Nach der schlimmsten Terrorserie in der Geschichte Frankreichs mit rund 130 Todesopfern ist mindestens noch ein Verdächtiger auf der Flucht. Die belgische Justiz schrieb den 26-Jährigen international zur Fahndung aus.

Befürchtet wird, dass eine ganze Gruppe abgetaucht sein könnte. Sieben Attentäter starben bei den Anschlägen. Die Terroristen wollten auch ein Blutbad vor laufenden Kameras während des Länderspiels Frankreich gegen Deutschland anrichten. Im Stadion saßen fast 80 000 Zuschauer, darunter auch Hunderte Deutsche.

Bei der beispiellosen Anschlagsserie der drei Terrorkommandos waren am Freitag mindestens 129 Menschen getötet worden, gut 350 wurden teils schwer verletzt. Unter den Toten der minutiös geplanten Terrorserie ist mindestens ein Deutscher. Die Massaker waren nach Ermittlungen eine Aktion der Terrormiliz Islamischer Staat (IS).

Wie Bundesinnenminister Thomas de Maizière (CDU) am Abend berichtete, sind eventuell sogar mehrere Täter auf der Flucht. "Am besorgniserregendsten ist die Information, dass möglicherweise noch eine Tätergruppe in Frankreich unterwegs ist", sagte er dem ZDF.

Sport-Staatssekretär Thierry Braillard bestätigte, dass die Attentäter während des Länderspiels in das Stade de France eindringen wollten. Warum sie scheiterten, sagte er nicht. Wie die Sportzeitung "L'Équipe" berichtete, sollen zwei der drei Attentäter kurz nach Spielbeginn am Einlass abgewiesen worden sein, weil sie keine Tickets gehabt hatten. Im Stadion waren auch Frankreichs Präsident François Hollande und Bundesaußenminister Frank-Walter Steinmeier.
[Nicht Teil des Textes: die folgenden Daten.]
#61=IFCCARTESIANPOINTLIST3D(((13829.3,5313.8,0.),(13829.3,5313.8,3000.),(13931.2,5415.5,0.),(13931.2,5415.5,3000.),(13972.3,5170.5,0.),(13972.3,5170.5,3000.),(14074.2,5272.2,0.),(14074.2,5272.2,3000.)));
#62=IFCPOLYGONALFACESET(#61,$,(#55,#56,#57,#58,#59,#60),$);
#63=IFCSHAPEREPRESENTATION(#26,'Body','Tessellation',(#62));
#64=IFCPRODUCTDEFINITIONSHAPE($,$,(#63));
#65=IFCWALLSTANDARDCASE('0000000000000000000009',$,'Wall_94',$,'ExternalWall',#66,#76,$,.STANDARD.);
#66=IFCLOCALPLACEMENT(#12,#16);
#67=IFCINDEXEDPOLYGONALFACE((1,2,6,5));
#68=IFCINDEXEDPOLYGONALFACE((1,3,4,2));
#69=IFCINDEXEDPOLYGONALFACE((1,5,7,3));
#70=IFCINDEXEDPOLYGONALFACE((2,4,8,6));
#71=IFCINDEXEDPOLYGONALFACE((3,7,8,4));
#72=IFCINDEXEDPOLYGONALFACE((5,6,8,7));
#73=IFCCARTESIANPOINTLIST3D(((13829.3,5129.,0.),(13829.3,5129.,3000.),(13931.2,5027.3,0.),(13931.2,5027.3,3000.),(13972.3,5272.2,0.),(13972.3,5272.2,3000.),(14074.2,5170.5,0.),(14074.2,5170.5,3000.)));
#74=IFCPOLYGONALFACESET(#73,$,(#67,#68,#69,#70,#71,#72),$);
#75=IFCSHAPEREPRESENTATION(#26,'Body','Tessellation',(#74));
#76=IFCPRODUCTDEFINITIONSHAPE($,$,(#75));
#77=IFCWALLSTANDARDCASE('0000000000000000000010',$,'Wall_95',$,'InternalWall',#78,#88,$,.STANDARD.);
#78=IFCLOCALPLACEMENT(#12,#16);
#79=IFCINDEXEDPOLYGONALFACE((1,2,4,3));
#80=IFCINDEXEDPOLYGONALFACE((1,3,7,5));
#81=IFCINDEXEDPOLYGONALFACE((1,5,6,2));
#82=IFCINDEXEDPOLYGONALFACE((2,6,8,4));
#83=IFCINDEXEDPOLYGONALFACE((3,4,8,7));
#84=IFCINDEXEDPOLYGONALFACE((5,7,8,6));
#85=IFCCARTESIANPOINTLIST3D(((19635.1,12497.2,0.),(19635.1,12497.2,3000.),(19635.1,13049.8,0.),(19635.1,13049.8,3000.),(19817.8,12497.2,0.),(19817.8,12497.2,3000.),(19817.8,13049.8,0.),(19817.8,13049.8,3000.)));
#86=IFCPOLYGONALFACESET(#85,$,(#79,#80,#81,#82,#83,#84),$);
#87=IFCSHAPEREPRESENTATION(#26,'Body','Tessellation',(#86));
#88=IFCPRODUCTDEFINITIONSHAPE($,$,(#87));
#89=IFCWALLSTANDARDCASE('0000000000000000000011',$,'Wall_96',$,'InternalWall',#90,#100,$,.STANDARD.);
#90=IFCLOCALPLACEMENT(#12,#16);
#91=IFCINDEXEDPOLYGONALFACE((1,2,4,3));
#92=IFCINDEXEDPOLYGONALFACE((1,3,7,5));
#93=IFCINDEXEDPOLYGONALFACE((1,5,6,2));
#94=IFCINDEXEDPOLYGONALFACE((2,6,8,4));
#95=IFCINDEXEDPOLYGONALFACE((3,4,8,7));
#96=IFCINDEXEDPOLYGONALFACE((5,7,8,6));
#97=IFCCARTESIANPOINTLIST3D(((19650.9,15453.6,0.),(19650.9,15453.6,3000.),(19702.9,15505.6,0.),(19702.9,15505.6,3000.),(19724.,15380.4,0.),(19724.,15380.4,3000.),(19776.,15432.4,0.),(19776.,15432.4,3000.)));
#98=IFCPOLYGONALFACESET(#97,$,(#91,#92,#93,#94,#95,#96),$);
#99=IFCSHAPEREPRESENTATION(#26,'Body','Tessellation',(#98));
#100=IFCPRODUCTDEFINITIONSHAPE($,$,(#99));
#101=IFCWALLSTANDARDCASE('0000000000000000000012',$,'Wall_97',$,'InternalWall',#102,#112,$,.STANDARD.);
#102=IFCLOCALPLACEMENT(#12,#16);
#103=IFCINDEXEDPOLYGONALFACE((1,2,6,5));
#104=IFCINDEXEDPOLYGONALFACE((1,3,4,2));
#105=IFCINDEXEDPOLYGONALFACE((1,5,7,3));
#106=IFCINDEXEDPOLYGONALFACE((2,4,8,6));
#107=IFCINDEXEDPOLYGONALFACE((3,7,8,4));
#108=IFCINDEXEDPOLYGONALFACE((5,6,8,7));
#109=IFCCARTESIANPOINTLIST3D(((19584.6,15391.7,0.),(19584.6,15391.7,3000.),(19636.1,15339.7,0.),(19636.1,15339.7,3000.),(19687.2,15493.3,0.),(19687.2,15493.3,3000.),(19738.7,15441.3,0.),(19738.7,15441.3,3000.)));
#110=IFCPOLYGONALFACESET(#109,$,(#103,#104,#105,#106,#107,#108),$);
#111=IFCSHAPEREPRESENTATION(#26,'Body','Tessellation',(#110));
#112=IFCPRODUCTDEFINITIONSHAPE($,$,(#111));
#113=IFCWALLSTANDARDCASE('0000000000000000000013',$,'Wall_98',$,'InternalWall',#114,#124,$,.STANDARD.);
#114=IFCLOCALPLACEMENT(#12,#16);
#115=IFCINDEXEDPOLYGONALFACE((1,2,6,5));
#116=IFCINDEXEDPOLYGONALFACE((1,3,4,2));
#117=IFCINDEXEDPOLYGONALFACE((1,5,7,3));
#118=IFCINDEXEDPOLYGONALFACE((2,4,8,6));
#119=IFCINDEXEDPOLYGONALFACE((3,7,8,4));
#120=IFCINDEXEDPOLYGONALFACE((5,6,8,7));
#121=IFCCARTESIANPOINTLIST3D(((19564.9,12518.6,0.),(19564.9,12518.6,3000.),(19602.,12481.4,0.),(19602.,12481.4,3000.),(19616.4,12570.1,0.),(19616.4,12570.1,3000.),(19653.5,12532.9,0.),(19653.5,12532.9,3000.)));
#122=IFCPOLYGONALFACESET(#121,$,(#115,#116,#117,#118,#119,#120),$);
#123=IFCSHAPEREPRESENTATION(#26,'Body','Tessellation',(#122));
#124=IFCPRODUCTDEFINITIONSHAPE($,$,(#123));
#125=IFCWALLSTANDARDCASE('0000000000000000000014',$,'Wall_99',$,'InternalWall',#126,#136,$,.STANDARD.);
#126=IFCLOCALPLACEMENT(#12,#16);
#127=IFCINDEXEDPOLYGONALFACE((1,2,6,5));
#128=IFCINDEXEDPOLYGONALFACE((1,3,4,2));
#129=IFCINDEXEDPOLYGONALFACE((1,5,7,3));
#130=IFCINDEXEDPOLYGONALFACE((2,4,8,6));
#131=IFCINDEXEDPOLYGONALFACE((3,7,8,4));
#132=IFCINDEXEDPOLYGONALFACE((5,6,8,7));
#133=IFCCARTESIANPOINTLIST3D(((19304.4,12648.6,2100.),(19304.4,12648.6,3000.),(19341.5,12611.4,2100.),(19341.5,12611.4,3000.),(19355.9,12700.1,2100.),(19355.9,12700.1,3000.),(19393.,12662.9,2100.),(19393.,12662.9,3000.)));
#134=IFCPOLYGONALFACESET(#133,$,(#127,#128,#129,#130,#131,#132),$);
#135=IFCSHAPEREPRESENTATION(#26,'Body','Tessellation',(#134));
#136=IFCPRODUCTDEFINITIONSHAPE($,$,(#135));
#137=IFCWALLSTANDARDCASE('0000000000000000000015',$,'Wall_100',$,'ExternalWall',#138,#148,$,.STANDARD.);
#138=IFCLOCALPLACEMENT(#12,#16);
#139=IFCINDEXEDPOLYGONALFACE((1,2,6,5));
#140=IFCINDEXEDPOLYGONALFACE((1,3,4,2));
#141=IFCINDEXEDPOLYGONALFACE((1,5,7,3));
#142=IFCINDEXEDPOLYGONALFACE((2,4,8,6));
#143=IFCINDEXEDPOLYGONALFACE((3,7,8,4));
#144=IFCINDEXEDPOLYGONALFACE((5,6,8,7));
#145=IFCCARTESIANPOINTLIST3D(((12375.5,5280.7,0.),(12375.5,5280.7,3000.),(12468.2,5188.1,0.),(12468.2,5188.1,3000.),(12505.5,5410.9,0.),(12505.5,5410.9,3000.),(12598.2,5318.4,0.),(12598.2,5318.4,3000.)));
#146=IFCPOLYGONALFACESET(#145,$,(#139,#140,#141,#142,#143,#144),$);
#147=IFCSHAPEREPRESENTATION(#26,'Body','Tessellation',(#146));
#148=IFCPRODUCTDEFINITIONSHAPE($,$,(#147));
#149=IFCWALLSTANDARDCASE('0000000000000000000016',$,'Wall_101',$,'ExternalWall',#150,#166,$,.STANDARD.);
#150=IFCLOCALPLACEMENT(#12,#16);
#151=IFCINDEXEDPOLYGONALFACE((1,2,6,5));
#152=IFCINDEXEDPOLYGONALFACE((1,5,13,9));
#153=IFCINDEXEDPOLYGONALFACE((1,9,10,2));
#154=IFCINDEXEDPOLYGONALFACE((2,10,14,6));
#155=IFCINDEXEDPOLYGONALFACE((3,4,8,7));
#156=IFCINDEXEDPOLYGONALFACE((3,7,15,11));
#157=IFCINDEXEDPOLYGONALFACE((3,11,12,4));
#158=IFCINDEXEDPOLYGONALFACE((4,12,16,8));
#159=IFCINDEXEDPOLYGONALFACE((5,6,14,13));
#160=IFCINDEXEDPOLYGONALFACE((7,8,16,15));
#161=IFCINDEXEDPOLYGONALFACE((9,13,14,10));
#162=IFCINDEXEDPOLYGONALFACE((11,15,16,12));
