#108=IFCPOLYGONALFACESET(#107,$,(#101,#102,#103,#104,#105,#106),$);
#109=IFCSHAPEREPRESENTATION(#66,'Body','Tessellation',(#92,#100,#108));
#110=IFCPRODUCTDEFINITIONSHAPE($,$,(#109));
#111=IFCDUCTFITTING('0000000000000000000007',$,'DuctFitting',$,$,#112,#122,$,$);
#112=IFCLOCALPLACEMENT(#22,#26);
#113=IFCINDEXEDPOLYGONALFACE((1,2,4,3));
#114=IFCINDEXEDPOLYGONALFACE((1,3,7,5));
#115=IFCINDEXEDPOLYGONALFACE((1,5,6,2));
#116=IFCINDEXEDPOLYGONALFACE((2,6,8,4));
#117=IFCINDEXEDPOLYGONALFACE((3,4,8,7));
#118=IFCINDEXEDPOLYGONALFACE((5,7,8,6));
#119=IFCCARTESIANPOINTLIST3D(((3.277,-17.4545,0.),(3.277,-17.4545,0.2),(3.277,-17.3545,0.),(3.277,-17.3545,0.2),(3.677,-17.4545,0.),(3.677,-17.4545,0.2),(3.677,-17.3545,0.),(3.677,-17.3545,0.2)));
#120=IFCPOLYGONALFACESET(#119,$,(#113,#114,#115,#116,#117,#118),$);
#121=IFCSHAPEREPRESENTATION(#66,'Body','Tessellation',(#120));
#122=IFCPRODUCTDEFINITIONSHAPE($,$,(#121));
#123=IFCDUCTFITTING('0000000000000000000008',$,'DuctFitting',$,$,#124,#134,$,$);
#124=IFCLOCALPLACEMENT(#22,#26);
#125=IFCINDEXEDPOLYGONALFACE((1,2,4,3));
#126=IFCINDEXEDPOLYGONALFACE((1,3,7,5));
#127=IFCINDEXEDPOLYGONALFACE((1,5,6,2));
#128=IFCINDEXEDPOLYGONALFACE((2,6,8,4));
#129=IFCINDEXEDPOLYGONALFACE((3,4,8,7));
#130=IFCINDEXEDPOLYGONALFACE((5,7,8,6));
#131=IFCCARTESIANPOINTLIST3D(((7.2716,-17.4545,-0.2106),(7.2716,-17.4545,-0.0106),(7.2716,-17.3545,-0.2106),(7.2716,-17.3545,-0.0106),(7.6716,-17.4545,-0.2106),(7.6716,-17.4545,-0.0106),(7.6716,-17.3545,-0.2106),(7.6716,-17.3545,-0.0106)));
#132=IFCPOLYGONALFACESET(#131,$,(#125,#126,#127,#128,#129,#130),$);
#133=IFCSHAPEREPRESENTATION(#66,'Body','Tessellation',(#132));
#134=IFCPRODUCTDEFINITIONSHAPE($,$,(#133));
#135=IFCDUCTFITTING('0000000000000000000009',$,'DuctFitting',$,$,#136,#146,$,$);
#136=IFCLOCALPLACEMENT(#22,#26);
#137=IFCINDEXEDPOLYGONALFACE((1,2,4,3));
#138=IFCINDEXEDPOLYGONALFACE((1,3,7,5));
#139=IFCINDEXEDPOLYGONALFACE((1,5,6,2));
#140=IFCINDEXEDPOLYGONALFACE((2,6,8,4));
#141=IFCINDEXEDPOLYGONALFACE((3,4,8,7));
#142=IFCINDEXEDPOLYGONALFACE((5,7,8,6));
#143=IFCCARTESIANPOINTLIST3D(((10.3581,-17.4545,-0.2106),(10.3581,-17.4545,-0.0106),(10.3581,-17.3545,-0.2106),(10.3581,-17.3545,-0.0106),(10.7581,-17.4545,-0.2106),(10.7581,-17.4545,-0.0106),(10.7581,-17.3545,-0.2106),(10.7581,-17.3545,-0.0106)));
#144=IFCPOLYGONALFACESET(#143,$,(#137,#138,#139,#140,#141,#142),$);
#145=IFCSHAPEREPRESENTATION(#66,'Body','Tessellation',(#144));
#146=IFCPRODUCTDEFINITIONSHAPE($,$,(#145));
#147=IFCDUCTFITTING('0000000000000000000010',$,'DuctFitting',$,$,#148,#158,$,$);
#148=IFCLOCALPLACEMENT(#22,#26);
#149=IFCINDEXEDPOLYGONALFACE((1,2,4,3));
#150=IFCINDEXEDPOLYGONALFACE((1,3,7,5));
Wie angespannt die Lage in Paris weiter ist, zeigte sich am Abend: Auf dem Platz der Republik kam es kurzzeitig zu einer Panik, viele Menschen ergriffen die Flucht. Nach Angaben der Polizei handelte es sich um einen falschen Alarm.

Über drei der mindestens sieben getöteten Angreifer wurden erste Details bekannt. Einer war ein französischer Kleinkrimineller, zwei Attentäter sind womöglich als Flüchtlinge getarnt eingereist. Dies löste eine neue Debatte zur Flüchtlingspolitik aus. In Deutschland wurden die Sicherheitsmaßnahmen deutlich verschärft.

Am Freitagabend hatten drei Terrorkommandos an sechs Orten in der französischen Hauptstadt nahezu gleichzeitig zugeschlagen. Sie schossen wahllos auf Menschen in Restaurants, in der Konzerthalle "Bataclan" und sprengten sich während des Länderspiels Frankreich gegen Deutschland in der Nähe des Stadions in die Luft. Die Angreifer benutzten Sturmgewehre des Typs Kalaschnikow und trugen identische Sprengstoffwesten.

Der bei den Terroranschlägen getötete Deutsche stammt aus München. Der 28-Jährige habe seit längerem in Paris gelebt, verlautete aus dem Kriseninterventionsteam München. Das deutsche Opfer habe in einem der beschossenen Cafés auf der Terrasse gesessen, berichtete ARD-Korrespondent Mathias Werth unter Berufung auf die deutsche Botschaft in Paris. Unklar blieb, ob es weitere deutsche Opfer gab.

Einer der identifizierten "Bataclan"-Attentäter war ein polizeibekannter Islamist mit französischem Pass. Im "Bataclan hatten die Angreifer während eines Konzerts fast 90 Menschen getötet. Bei den Überresten eines der Selbstmordattentäter vom Stade de France wurde ein syrischer Pass gefunden. Ob es sich um eine gezielt hinterlassene Fälschung handelt, war zunächst offen. Spekuliert wurde, dass dieser Mann und ein weiterer Attentäter als Flüchtlinge getarnt in die EU eingereist sein könnten.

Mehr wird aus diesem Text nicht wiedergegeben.